Assi cinematici del ginocchio sui condili femorali
Gli assi cinematici del ginocchio sui condili femorali, base dell’allineamento cinematico.

Due modi diversi di mettere una protesi

Semplificando molto, ci sono due filosofie per posizionare una protesi di ginocchio.

La prima, più tradizionale, parte da un modello “ideale” di ginocchio dritto e cerca di riportare la vostra gamba a quell’asse standard, uguale per tutti. Per farlo, però, spesso bisogna intervenire sui legamenti — allentarli o tagliarli — per adattarli a una geometria che non è la vostra.

La seconda, l’allineamento cinematico, è quella che uso io. Invece di imporre un modello uguale per tutti, ricostruisco il vostro ginocchio com’era prima che l’artrosi lo consumasse. Rispetto la forma delle vostre ossa e l’inclinazione naturale della vostra articolazione. Il risultato è che, nella maggior parte dei casi, i legamenti restano dove la natura li aveva messi, con la loro tensione naturale, e quasi non c’è bisogno di toccarli.
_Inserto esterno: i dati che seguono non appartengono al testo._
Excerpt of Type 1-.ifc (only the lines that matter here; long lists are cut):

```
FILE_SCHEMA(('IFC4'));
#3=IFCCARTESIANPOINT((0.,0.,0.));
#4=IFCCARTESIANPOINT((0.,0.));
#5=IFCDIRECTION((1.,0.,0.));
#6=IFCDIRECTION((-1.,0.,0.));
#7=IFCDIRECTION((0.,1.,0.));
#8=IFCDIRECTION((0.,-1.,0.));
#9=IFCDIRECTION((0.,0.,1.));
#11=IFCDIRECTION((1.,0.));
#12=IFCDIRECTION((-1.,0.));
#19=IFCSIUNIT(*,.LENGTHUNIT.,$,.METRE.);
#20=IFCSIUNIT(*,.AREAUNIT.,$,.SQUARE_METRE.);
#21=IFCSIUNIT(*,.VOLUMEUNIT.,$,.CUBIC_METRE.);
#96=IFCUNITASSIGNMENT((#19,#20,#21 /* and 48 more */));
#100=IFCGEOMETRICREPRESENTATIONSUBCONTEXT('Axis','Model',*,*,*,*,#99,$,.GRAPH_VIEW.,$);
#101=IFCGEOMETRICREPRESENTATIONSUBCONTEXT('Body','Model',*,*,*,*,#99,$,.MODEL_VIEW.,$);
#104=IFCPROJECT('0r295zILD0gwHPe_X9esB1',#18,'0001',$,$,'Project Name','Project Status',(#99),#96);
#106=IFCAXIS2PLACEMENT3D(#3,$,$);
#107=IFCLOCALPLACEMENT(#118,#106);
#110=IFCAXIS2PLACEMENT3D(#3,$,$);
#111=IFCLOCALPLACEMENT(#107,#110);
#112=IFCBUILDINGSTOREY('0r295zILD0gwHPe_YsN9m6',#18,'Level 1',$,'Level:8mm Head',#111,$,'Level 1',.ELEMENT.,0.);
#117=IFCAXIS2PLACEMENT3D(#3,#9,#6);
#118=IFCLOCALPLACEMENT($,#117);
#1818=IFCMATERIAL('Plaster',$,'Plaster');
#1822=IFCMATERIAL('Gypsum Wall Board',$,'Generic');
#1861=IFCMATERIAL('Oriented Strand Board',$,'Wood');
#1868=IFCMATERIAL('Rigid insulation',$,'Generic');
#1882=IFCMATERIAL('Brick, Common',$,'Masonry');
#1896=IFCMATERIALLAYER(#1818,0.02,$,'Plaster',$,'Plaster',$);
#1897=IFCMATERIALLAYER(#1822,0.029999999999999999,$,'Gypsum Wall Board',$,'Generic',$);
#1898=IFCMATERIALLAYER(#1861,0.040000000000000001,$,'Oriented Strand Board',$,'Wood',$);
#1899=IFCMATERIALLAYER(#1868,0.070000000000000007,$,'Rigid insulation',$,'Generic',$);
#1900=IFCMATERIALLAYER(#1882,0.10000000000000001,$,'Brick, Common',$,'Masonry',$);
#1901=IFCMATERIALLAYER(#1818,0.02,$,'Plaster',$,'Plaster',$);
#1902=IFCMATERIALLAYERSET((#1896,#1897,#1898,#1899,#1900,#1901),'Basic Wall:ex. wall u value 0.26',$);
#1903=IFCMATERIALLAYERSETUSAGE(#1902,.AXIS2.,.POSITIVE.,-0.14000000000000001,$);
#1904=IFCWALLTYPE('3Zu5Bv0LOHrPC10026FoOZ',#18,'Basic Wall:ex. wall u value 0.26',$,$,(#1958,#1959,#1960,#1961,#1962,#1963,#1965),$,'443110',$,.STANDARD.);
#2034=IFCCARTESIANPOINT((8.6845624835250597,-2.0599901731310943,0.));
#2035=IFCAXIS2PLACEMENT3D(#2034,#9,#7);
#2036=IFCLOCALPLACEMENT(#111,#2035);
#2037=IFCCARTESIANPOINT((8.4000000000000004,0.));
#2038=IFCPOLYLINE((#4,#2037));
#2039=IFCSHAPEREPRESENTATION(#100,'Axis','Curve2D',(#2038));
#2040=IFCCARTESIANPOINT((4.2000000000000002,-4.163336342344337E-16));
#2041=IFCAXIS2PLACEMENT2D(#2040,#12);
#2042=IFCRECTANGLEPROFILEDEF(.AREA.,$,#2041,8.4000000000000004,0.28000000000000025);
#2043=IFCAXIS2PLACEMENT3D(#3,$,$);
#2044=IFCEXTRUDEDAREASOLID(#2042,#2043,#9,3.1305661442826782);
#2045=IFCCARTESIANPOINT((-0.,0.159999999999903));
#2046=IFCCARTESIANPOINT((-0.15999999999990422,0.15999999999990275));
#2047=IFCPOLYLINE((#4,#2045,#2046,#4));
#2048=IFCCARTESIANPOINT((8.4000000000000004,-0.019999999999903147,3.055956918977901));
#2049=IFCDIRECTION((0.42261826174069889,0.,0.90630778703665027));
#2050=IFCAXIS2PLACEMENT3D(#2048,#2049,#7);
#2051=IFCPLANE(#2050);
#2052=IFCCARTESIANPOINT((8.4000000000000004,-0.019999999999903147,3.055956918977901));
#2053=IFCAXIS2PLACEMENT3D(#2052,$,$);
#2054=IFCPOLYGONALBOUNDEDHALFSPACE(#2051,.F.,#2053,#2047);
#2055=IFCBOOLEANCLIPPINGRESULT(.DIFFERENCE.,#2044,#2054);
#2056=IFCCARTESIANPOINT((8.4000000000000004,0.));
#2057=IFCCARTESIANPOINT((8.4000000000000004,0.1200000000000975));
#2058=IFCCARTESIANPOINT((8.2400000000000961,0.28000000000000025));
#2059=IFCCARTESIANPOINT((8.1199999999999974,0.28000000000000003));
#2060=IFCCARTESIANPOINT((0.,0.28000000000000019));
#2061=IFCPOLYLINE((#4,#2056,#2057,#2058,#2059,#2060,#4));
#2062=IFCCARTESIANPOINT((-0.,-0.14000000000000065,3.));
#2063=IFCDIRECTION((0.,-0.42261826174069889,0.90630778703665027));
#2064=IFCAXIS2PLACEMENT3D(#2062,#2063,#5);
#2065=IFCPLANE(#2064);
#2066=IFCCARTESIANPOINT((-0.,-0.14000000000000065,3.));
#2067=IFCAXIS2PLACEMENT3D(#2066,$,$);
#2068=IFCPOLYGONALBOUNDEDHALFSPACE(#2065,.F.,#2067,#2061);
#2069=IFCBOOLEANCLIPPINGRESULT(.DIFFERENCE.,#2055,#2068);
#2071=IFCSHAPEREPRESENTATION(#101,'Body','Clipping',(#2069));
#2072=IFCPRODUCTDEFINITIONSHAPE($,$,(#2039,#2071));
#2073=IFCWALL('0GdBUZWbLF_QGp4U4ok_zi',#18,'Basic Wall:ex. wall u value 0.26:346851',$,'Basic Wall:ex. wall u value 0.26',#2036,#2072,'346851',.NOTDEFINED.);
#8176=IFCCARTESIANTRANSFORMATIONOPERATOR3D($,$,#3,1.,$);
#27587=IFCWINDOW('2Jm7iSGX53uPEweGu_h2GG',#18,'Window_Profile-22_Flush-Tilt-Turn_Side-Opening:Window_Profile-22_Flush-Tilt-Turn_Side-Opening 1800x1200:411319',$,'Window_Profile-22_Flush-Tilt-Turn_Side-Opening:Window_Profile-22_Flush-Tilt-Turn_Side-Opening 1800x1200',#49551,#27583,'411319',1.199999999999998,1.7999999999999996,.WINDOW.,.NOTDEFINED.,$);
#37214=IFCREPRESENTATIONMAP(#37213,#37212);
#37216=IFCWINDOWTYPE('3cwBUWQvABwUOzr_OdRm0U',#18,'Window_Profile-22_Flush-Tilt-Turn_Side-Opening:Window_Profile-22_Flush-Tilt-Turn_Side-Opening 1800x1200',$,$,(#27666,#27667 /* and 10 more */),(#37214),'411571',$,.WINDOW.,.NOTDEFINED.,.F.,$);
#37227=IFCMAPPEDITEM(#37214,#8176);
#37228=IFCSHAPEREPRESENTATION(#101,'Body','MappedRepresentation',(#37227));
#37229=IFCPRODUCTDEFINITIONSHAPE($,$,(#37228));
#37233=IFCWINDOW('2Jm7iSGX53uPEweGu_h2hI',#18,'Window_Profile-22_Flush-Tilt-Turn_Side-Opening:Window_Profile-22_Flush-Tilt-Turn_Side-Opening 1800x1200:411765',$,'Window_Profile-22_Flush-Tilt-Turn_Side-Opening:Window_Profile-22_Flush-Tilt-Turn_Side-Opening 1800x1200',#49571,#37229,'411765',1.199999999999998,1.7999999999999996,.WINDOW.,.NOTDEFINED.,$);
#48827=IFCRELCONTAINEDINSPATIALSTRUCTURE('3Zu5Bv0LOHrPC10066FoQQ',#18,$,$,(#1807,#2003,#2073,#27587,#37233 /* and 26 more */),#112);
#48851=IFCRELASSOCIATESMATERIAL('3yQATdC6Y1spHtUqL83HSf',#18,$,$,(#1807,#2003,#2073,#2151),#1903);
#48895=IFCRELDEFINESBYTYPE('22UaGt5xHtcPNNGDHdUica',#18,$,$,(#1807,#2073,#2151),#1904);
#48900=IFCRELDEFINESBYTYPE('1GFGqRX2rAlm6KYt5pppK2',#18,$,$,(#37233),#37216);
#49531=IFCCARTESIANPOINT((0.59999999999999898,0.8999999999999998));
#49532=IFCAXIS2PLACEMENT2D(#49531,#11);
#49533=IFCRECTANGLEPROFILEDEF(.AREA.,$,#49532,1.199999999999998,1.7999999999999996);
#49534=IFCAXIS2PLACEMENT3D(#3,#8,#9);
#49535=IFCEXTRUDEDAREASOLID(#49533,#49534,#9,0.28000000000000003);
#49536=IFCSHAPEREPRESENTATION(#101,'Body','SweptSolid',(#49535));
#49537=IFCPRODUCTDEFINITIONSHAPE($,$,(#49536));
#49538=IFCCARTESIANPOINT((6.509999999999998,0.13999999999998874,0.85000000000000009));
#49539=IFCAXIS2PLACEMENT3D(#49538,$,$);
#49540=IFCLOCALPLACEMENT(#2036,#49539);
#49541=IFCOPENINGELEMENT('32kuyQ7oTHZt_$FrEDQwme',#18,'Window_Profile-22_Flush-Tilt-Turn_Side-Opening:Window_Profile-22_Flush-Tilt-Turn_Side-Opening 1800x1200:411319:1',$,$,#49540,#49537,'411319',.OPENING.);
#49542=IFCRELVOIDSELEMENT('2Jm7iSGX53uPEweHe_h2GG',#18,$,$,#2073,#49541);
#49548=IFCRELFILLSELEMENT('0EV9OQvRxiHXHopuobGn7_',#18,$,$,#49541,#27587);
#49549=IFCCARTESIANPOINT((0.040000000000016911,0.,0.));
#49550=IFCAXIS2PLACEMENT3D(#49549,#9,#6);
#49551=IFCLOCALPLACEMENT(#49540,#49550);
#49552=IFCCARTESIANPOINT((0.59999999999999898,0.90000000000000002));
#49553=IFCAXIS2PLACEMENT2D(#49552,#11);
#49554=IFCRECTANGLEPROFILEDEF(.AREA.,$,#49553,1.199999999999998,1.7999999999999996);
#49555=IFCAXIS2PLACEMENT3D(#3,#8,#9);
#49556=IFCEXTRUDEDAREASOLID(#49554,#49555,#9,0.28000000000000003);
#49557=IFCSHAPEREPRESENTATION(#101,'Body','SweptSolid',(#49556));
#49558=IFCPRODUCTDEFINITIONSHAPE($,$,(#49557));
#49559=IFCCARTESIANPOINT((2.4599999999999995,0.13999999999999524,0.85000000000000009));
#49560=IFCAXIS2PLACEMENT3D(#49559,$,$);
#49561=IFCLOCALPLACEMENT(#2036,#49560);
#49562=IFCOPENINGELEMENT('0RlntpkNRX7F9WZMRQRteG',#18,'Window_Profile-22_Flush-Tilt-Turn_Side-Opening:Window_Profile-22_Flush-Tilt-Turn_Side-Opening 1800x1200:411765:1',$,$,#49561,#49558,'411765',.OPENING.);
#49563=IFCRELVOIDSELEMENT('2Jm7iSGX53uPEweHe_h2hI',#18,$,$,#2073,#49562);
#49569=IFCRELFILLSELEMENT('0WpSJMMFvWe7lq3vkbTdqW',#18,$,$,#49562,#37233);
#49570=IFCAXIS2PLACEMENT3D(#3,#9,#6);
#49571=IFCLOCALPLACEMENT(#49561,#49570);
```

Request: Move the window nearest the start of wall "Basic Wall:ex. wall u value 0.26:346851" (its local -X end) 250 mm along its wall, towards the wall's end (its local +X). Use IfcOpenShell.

```python
import ifcopenshell
import ifcopenshell.api.geometry
import ifcopenshell.util.placement
import ifcopenshell.util.unit

model = ifcopenshell.open("Type 1-.ifc")
unit_scale = ifcopenshell.util.unit.calculate_unit_scale(model)

window = model.by_guid("2Jm7iSGX53uPEweGu_h2hI")
opening = window.FillsVoids[0].RelatingOpeningElement
wall = opening.VoidsElements[0].RelatingBuildingElement

wall_matrix = ifcopenshell.util.placement.get_local_placement(wall.ObjectPlacement)
shift = wall_matrix[:3, 0] * 0.25 / unit_scale
before = ifcopenshell.util.placement.get_local_placement(window.ObjectPlacement)[:3, 3].copy()

# The window is placed relative to its opening, so it follows when the opening moves.
matrix = ifcopenshell.util.placement.get_local_placement(opening.ObjectPlacement)
matrix[:3, 3] += shift
ifcopenshell.api.geometry.edit_object_placement(
    model, product=opening, matrix=matrix, is_si=False, should_transform_children=True
)

after = ifcopenshell.util.placement.get_local_placement(window.ObjectPlacement)[:3, 3]
print("window moved by", (after - before).round(3) + 0.0)

model.write("Type 1-_updated.ifc")
```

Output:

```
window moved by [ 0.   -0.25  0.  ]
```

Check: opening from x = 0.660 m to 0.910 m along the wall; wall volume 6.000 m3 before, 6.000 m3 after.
Tengo a una precisazione, perché ci credo: applico questa tecnica nella sua forma piena, rispettando davvero la vostra anatomia, senza forzare correzioni che non servono. È la parte che, nella mia esperienza, fa la differenza.

Cosa cambia per voi, in concreto

Questa scelta tecnica si traduce in tre vantaggi che i pazienti notano per primi.

  • Meno dolore nelle prime settimane. Toccare meno i legamenti significa meno trauma ai tessuti, e quindi un ginocchio che fa meno male quando comincia a muoversi. Non sparisce il dolore post-operatorio — quello c’è, è normale e si gestisce — ma in genere è più gestibile e cala più in fretta.
  • Un recupero più rapido. Un ginocchio che duole meno è un ginocchio che muovete prima e con più fiducia. E poiché la riabilitazione vive proprio di questo, di movimento precoce e costante, partire da una condizione migliore aiuta a recuperare la flessione e l’autonomia più velocemente. Gli studi che hanno misurato la ripresa lo confermano: i pazienti operati con tecnica cinematica tendono a rimettersi in piedi e a camminare prima.
  • Un ginocchio che sentite naturale. È il vantaggio che mi sta più a cuore. Esiste un punteggio, il Forgotten Joint Score, che misura proprio quante volte al giorno vi dimenticate di avere una protesi. Negli studi, e in particolare in una ricerca dove allo stesso paziente è stato operato un ginocchio con una tecnica e l’altro con l’altra, è il ginocchio cinematico quello che i pazienti “dimenticano” di più e che, quando devono scegliere, preferiscono.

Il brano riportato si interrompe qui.